__ACTIVITY__. Every line of the records that holds the word "IFCPRODUCTDEFINITIONSHAPE" should be copied.

__DATA PROVIDED__.

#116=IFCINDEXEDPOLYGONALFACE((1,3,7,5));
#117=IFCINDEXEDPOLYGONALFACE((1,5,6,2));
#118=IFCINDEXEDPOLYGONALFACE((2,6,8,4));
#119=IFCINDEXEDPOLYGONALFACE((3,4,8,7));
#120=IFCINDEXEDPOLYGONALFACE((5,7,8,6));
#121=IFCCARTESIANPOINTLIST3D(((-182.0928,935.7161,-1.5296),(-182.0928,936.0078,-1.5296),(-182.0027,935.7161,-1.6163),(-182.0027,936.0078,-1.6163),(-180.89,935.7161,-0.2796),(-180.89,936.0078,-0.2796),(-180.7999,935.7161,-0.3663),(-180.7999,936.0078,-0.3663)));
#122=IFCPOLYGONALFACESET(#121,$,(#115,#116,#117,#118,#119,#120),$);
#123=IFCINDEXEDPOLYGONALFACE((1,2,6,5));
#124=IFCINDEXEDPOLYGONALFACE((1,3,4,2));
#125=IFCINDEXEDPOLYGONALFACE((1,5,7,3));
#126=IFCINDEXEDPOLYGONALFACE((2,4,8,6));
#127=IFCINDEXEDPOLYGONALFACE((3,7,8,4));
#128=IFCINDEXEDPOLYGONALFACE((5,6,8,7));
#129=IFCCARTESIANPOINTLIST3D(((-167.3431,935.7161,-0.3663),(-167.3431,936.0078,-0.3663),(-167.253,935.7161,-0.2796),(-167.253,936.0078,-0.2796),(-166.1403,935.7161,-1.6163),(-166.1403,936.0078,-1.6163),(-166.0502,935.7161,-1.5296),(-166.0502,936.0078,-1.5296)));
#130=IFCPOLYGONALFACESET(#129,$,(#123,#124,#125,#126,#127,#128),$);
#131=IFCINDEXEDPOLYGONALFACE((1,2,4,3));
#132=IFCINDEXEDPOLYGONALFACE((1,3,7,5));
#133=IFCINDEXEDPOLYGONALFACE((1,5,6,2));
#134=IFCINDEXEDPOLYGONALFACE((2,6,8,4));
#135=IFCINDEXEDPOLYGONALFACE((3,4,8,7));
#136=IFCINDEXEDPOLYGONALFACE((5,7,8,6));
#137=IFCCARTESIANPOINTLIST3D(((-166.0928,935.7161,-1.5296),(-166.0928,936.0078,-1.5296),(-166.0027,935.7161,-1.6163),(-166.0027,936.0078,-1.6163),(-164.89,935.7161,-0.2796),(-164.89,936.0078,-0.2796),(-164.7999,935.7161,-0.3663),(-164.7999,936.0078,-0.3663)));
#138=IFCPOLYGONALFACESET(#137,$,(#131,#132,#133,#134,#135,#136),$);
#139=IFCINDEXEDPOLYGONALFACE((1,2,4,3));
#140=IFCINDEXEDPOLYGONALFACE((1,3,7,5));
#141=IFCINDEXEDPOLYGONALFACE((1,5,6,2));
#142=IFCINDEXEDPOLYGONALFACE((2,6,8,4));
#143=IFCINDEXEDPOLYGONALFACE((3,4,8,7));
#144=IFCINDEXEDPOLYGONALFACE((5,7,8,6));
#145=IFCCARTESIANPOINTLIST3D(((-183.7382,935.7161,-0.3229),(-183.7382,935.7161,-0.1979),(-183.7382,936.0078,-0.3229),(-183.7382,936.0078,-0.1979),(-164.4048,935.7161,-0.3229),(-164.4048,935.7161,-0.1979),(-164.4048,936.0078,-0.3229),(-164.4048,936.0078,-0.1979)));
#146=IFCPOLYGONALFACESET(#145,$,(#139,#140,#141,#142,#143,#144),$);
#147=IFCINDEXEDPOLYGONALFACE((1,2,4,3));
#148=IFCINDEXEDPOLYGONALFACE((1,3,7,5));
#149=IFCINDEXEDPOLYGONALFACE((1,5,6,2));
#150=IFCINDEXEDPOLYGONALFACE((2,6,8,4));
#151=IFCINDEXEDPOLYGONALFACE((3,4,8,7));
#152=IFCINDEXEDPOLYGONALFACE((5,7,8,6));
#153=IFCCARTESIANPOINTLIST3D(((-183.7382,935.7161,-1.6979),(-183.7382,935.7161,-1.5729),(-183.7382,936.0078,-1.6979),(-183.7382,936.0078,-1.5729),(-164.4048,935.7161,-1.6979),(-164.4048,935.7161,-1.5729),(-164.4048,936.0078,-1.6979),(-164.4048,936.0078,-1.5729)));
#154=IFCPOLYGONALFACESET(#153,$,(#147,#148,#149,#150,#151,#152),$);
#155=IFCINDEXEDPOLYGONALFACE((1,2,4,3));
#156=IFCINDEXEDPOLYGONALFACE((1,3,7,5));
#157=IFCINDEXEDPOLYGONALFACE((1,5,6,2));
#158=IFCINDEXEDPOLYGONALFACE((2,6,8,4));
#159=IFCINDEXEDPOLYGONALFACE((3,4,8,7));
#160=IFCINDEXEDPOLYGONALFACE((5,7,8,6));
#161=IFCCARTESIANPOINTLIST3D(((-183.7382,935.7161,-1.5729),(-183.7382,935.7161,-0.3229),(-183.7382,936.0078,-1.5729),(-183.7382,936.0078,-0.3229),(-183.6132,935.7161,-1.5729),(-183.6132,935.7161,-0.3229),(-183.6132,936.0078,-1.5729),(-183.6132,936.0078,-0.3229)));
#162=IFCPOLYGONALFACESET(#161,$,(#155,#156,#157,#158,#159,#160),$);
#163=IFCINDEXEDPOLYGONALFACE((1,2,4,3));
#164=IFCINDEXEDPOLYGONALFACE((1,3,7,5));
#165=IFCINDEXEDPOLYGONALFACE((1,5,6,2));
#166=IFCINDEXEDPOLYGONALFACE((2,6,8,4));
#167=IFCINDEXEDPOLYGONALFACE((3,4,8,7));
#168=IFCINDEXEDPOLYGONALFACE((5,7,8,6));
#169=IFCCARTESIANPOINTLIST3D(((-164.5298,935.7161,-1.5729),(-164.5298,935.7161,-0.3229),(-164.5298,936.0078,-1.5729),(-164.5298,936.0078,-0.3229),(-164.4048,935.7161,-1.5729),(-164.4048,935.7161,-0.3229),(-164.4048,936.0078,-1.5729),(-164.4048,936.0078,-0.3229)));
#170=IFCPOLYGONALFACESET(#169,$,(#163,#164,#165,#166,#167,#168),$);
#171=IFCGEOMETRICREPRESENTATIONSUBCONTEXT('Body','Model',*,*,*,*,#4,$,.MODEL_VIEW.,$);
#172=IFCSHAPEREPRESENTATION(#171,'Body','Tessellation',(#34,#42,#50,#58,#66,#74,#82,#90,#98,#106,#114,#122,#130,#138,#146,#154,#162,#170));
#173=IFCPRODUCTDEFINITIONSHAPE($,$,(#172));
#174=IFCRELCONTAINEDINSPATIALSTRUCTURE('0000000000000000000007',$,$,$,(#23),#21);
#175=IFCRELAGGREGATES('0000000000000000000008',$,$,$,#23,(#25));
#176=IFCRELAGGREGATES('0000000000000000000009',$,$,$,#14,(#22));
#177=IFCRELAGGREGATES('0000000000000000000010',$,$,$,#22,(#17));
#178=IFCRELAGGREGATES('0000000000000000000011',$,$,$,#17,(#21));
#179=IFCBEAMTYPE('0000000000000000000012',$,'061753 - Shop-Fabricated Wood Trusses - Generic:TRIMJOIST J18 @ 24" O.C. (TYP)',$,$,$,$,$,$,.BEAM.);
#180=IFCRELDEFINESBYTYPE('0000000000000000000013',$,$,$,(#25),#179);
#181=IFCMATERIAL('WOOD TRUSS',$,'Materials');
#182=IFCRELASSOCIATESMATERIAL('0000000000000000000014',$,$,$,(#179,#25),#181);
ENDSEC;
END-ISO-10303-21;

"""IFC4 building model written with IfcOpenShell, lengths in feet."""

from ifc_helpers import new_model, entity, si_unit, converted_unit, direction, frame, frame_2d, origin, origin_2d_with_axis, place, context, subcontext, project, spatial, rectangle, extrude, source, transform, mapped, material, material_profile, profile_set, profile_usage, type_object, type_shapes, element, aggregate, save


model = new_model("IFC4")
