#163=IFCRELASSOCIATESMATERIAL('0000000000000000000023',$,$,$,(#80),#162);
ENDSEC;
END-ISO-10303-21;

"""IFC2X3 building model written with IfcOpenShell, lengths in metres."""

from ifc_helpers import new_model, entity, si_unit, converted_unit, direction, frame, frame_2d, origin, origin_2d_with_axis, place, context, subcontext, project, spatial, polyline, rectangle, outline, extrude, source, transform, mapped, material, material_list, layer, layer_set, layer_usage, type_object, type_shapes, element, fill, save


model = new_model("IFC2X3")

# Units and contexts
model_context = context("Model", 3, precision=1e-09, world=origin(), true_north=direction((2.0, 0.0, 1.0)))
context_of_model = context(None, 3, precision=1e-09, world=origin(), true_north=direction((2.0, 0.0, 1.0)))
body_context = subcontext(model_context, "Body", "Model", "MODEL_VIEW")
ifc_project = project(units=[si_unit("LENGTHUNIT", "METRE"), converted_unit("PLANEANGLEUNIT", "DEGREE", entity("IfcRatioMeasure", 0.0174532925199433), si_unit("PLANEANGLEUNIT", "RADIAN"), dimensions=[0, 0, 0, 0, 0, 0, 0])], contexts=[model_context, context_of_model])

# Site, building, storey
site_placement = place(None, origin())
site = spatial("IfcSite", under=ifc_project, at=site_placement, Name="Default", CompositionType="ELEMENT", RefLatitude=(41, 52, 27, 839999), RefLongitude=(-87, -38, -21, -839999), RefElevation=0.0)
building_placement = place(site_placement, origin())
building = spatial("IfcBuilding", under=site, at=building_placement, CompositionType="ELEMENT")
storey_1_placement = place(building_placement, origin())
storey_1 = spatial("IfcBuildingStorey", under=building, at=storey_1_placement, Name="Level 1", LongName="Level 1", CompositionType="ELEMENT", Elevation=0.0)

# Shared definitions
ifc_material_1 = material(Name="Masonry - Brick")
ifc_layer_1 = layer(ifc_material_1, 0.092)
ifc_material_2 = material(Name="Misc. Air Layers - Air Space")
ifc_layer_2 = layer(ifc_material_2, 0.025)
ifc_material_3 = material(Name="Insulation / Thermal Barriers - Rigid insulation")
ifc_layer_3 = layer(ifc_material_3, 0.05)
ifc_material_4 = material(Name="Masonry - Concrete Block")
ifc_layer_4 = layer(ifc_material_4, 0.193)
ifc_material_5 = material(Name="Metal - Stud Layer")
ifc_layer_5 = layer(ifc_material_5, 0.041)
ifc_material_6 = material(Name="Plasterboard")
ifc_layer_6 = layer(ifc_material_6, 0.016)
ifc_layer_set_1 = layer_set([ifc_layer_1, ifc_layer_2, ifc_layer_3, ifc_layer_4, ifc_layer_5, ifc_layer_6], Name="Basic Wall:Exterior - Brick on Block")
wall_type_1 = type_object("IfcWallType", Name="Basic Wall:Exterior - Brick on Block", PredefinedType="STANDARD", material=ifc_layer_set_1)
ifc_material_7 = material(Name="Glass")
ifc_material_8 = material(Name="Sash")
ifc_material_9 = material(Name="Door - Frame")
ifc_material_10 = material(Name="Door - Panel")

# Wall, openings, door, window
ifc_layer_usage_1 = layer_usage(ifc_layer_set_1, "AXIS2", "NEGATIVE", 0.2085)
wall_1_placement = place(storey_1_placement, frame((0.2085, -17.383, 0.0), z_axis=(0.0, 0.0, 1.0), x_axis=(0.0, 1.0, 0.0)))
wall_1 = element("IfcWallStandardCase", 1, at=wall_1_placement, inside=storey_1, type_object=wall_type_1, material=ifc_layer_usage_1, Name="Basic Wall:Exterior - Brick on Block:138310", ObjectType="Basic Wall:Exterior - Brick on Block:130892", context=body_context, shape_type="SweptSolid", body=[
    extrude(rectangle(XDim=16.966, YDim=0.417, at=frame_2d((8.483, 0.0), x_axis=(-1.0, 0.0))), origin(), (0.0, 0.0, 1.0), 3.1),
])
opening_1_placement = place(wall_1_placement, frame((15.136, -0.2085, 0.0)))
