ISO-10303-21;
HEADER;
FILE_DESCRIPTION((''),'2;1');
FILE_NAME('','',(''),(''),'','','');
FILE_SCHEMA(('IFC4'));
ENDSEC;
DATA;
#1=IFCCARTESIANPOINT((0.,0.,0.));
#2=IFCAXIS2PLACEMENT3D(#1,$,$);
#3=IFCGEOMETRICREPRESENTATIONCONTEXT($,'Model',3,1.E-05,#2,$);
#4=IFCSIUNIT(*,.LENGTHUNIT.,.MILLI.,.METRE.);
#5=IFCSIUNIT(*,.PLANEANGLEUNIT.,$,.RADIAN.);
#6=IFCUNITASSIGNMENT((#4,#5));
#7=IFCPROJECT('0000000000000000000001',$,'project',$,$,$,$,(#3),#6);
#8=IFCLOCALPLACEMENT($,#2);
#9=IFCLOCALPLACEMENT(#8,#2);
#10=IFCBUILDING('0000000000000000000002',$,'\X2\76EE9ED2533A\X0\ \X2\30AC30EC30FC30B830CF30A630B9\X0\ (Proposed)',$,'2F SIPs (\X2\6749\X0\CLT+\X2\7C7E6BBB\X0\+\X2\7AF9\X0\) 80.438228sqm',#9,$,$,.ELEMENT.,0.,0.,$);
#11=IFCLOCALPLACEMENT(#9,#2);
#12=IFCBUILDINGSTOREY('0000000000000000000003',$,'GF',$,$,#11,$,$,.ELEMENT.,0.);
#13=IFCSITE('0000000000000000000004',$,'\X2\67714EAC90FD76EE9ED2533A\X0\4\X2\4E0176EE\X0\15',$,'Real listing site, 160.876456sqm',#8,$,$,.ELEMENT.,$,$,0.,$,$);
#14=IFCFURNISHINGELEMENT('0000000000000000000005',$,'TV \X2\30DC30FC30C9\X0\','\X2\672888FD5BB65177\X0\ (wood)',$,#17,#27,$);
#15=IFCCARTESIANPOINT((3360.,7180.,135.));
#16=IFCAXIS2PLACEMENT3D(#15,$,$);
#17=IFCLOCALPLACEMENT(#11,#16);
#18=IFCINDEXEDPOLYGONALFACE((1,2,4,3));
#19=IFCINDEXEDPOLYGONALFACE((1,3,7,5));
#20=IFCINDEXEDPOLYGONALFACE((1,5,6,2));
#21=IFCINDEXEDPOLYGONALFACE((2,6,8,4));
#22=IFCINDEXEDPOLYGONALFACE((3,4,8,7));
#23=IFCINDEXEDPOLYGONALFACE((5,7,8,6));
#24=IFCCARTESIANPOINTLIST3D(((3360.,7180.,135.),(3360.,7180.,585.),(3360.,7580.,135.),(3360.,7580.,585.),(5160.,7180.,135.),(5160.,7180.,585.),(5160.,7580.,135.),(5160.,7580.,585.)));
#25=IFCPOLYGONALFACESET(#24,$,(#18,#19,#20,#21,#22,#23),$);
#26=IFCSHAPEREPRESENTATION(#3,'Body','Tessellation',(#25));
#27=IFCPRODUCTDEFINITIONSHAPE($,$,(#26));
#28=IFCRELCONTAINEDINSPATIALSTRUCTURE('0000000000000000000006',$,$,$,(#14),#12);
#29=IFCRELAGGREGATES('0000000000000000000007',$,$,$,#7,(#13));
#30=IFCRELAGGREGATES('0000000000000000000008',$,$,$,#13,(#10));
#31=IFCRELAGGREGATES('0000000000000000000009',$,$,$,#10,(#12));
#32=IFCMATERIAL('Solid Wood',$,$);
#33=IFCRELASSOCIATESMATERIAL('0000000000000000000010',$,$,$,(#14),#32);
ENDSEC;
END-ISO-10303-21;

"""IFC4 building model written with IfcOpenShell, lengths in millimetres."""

from ifc_helpers import new_model, si_unit, frame, frame_2d, origin, place, context, project, spatial, rectangle, extrude, material, element, save


model = new_model("IFC4")

# Units and contexts
model_context = context("Model", 3, precision=1e-05, world=origin())
ifc_project = project(units=[si_unit("LENGTHUNIT", "METRE", prefix="MILLI"), si_unit("PLANEANGLEUNIT", "RADIAN")], contexts=[model_context])

# Site, building, storey
site_placement = place(None, origin())
site = spatial("IfcSite", under=ifc_project, at=site_placement, Name="東京都目黒区4丁目15", ObjectType="Real listing site, 160.876456sqm", CompositionType="ELEMENT", RefElevation=0.0)
building_placement = place(site_placement, origin())
building = spatial("IfcBuilding", under=site, at=building_placement, Name="目黒区 ガレージハウス (Proposed)", ObjectType="2F SIPs (杉CLT+籾殻+竹) 80.438228sqm", CompositionType="ELEMENT", ElevationOfRefHeight=0.0, ElevationOfTerrain=0.0)
storey_placement = place(building_placement, origin())
storey = spatial("IfcBuildingStorey", under=building, at=storey_placement, Name="GF", CompositionType="ELEMENT", Elevation=0.0)

# Shared definitions
ifc_material_1 = material(Name="Solid Wood")

# Furnishing element
furnishing_1_placement = place(storey_placement, frame((3360.0, 7180.0, 135.0)))
element("IfcFurnishingElement", 1, at=furnishing_1_placement, inside=storey, material=ifc_material_1, Name="TV ボード", Description="木製家具 (wood)", context=model_context, shape_type="SweptSolid", body=[
    extrude(rectangle(XDim=1800.0, YDim=400.0, at=frame_2d((900.0, 200.0))), frame((3360.0, 7180.0, 135.0)), (0.0, 0.0, 1.0), 450.0),
])

save(model, "model.ifc")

__RESULT FOR THIS EXERCISE__.
#173=IFCPRODUCTDEFINITIONSHAPE($,$,(#172));
#27=IFCPRODUCTDEFINITIONSHAPE($,$,(#26));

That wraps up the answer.